Door-in-the-face
Bir ‘’Uyma’’ Metodu; Yüzüne Kapıyı Çarpma Tekniği
Psikolojide ‘’uyma’’ davranışı , ‘’ doğrudan bir isteğe yanıt olarak bir kişinin davranışında değişiklik’’ (APA dictionary of psychology, 2007) olarak tanımlanmaktadır. İsteklere uyumu artırmak için çeşitli teknikler geliştirilmiştir. Bu tekniklerden bazıları kişinin tutumunu değiştirerek uyumu artırsa da, diğerlerinin temel amacı davranış değişikliğidir. Davranış temelli değişikliği benimseyen tekniklerden bir tanesi ‘Door-in-the-face’ yani ‘Yüzüne Kapıyı Çarpma Tekniği’ dir.
Yüzüne Kapıyı Çarpma/ Yüz Tekniği Nedir?
Yüz tekniği iki aşamalı bir tekniktir. İlk olarak kişi karşısındaki kişiye ‘büyük’ ve ‘mantıksız’ bir istekte bulunur. İsteğin reddedileceğinin yani ‘yüzüne kapının çarpılacağının’ farkındadır.
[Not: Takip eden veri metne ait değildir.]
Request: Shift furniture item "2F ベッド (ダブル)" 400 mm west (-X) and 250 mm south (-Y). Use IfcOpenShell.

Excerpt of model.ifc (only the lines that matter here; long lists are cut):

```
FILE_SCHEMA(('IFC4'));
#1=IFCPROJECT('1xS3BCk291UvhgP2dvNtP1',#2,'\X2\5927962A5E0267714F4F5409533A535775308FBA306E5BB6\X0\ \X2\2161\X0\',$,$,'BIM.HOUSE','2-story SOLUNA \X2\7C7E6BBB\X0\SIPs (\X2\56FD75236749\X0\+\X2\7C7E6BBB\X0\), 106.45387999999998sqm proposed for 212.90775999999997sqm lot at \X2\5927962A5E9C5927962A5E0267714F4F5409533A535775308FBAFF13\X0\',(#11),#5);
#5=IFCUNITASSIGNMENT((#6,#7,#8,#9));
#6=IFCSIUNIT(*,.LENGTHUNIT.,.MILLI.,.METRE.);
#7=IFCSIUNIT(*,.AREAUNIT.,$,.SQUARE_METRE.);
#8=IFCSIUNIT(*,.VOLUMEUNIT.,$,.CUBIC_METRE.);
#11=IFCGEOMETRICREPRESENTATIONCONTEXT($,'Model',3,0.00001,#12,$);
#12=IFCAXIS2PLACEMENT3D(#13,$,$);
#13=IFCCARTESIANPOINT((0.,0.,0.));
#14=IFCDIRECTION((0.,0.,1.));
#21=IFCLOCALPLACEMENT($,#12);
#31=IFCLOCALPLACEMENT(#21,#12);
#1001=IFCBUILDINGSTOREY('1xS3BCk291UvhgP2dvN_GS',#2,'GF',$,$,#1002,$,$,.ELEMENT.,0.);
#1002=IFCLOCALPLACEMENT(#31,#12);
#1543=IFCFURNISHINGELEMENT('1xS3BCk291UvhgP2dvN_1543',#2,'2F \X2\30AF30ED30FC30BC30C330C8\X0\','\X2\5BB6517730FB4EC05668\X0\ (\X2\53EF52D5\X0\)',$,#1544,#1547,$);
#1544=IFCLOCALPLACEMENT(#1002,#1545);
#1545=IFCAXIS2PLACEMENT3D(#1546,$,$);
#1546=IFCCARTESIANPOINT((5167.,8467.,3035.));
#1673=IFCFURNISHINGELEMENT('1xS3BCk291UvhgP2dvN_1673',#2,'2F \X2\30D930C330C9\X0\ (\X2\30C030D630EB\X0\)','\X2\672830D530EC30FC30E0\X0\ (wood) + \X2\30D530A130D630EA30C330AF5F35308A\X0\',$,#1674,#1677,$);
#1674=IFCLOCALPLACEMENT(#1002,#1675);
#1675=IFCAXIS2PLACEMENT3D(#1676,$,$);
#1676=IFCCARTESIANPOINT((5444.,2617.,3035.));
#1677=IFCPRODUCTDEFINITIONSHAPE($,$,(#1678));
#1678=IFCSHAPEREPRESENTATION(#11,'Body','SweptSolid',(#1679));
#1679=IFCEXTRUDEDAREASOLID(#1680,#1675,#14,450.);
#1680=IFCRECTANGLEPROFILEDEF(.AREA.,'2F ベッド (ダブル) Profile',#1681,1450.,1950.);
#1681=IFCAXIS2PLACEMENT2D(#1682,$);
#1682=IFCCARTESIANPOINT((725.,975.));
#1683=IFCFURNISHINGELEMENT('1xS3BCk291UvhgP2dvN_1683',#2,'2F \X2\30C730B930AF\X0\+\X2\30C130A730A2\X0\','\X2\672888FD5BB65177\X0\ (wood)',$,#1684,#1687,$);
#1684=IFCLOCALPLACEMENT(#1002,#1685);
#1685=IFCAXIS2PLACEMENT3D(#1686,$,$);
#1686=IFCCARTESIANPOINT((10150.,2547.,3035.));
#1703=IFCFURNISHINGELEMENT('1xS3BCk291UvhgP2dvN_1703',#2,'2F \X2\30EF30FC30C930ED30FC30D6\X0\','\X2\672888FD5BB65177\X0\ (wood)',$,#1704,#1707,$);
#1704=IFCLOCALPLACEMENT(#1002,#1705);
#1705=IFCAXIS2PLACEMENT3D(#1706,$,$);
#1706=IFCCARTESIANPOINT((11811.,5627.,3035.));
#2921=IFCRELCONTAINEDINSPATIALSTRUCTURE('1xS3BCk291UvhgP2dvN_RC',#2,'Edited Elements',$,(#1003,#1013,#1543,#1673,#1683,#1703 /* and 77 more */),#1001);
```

```python
import ifcopenshell
import ifcopenshell.api.geometry
import ifcopenshell.util.placement
import ifcopenshell.util.unit

model = ifcopenshell.open("model.ifc")
unit_scale = ifcopenshell.util.unit.calculate_unit_scale(model)

item = model.by_id(1673)
matrix = ifcopenshell.util.placement.get_local_placement(item.ObjectPlacement)
matrix[0, 3] -= 0.4 / unit_scale
matrix[1, 3] -= 0.25 / unit_scale
ifcopenshell.api.geometry.edit_object_placement(model, product=item, matrix=matrix, is_si=False)

print(ifcopenshell.util.placement.get_local_placement(item.ObjectPlacement).round(3) + 0.0)

model.write("model_edited.ifc")
```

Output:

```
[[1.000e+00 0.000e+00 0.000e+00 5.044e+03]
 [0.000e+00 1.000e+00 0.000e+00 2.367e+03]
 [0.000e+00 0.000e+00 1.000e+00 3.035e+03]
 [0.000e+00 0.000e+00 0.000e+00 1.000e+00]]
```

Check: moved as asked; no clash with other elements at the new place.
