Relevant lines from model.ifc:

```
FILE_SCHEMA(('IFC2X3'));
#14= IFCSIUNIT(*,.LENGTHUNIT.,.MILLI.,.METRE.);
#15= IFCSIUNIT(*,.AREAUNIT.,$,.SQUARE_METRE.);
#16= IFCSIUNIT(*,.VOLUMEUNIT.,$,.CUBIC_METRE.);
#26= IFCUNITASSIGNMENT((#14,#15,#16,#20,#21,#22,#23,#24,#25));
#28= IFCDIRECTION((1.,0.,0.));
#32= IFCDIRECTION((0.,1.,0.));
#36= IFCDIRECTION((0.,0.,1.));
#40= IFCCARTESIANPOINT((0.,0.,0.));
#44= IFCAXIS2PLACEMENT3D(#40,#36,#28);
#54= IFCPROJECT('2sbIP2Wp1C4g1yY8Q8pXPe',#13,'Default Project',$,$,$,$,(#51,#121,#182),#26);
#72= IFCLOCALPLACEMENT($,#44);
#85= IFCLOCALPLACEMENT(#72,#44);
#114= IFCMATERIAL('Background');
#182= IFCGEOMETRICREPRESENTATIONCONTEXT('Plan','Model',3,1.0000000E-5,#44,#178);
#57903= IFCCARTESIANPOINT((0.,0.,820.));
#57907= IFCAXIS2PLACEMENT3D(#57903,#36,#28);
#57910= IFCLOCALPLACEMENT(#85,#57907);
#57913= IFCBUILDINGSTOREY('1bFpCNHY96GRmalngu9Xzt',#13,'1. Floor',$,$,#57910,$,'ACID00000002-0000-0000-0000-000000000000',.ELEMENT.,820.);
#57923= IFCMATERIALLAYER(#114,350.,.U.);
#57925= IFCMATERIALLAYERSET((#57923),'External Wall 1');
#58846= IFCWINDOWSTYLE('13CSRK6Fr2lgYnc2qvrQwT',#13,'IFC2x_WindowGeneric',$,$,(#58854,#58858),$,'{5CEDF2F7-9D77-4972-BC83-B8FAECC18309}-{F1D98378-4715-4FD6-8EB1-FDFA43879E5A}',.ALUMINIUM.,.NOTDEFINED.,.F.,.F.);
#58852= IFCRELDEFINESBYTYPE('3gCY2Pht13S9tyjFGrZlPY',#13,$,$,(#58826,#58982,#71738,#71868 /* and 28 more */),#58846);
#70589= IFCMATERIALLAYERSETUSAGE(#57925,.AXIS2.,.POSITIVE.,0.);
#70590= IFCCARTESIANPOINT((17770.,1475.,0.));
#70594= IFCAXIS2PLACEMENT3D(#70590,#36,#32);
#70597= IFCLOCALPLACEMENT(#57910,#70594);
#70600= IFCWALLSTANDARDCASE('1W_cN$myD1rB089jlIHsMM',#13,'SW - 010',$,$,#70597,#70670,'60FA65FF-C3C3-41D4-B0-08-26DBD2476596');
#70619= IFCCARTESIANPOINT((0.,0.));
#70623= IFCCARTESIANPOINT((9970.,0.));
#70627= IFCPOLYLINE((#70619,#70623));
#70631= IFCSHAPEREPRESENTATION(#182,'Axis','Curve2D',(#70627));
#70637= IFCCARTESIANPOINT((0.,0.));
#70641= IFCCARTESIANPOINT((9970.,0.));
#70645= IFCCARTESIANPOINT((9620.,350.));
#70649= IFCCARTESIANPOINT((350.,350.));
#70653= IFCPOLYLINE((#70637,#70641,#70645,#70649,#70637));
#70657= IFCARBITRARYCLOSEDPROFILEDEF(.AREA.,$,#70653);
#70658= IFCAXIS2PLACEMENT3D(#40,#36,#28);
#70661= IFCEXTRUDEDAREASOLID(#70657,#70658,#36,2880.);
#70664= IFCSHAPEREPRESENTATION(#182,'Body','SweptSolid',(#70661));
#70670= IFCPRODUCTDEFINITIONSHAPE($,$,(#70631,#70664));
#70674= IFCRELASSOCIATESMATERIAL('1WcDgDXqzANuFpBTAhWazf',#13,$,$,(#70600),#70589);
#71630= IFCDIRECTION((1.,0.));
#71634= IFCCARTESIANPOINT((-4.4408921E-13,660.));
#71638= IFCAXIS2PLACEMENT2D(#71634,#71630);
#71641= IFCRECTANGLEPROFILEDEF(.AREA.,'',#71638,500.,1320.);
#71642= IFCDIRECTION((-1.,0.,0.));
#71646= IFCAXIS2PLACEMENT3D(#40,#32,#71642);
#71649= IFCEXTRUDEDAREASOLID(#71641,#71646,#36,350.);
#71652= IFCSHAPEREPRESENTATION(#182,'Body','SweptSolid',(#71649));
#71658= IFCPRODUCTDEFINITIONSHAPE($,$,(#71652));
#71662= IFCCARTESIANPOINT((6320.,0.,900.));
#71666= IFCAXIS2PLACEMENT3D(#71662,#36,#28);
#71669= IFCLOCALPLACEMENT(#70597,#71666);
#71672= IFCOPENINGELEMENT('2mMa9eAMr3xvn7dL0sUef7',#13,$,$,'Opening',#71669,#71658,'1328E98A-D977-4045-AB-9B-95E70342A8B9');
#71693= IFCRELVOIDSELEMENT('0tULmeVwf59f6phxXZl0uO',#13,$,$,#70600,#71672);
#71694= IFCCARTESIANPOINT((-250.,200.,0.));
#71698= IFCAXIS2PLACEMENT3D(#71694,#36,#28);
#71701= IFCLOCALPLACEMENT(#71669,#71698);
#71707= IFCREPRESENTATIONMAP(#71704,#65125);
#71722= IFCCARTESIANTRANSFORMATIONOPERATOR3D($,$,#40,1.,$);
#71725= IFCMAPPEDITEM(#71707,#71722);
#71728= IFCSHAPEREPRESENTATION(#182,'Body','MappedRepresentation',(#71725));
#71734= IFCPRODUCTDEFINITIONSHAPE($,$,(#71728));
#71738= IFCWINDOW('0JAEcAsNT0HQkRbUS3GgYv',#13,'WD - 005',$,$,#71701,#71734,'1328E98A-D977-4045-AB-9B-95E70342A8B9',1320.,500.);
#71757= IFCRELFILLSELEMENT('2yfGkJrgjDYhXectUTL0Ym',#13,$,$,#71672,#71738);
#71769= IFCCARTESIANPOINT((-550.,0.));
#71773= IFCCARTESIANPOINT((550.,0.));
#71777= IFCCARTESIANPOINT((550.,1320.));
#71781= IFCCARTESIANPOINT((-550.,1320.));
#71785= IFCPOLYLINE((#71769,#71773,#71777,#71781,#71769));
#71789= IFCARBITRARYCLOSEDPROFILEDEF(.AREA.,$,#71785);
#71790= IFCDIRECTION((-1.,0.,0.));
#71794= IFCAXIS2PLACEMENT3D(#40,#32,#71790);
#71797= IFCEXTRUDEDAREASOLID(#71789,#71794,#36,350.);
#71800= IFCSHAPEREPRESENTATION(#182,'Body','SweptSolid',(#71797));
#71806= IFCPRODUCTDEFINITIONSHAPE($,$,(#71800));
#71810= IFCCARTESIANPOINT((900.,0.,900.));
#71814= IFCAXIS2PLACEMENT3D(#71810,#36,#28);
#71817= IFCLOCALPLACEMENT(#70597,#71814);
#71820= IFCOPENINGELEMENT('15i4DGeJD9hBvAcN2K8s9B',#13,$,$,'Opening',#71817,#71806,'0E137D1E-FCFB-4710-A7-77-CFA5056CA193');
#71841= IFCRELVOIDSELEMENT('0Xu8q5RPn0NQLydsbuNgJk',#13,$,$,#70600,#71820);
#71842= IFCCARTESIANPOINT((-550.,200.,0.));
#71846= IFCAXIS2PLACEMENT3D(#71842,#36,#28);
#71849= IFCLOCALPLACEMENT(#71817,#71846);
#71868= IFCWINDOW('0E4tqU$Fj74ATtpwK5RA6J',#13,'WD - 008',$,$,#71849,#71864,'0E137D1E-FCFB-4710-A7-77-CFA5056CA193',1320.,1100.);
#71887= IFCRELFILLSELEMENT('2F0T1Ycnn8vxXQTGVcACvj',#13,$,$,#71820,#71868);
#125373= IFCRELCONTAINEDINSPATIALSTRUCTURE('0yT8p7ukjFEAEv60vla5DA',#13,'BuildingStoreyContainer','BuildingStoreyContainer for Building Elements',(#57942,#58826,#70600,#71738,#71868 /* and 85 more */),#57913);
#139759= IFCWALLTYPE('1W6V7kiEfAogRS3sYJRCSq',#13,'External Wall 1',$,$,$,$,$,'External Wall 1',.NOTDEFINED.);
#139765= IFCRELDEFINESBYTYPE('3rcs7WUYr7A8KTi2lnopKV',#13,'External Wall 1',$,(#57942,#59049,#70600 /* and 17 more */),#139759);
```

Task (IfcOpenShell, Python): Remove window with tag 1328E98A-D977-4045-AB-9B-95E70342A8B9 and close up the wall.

```python
import ifcopenshell
import ifcopenshell.api.feature
import ifcopenshell.api.root
import ifcopenshell.geom
import ifcopenshell.util.shape

model = ifcopenshell.open("model.ifc")
settings = ifcopenshell.geom.settings()


def volume(element):
    """Net volume in cubic metres, openings subtracted."""
    shape = ifcopenshell.geom.create_shape(settings, element)
    return ifcopenshell.util.shape.get_volume(shape.geometry)


window = model.by_guid("0JAEcAsNT0HQkRbUS3GgYv")
opening = window.FillsVoids[0].RelatingOpeningElement
wall = opening.VoidsElements[0].RelatingBuildingElement
before = volume(wall)

ifcopenshell.api.root.remove_product(model, product=window)
ifcopenshell.api.feature.remove_feature(model, feature=opening)

after = volume(wall)

print(f"wall volume {before:.3f} -> {after:.3f} m3")

model.write("model-out.ifc")
```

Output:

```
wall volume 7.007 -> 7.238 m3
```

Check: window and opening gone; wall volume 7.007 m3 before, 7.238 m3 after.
Talebin asıl sebebi ikinci istek olan ‘hedef’ istektir. İkinci tamamen yeni bir istek değil, fakat ilk isteğin daha küçük ve mantıklı bir versiyonudur. Ancak bu teknik, iki talep arasında bir gecikme olmadığı zaman verimlidir. Yapılan çalışmalarda Yüz tekniğinin uyum davranışını arttırdığını bulmuşlardır. Ek olarak, Cialdini (1975) araştırmalarında ‘’ reddedileceği kesin olan ilk talepte bulunmanın ve ardından daha küçük bir talebe geçmenin, hedef kişinin ikinci talebi kabul etme olasılığını önemli ölçüde artırdığı’’ nı tespit etmiştir (s.209).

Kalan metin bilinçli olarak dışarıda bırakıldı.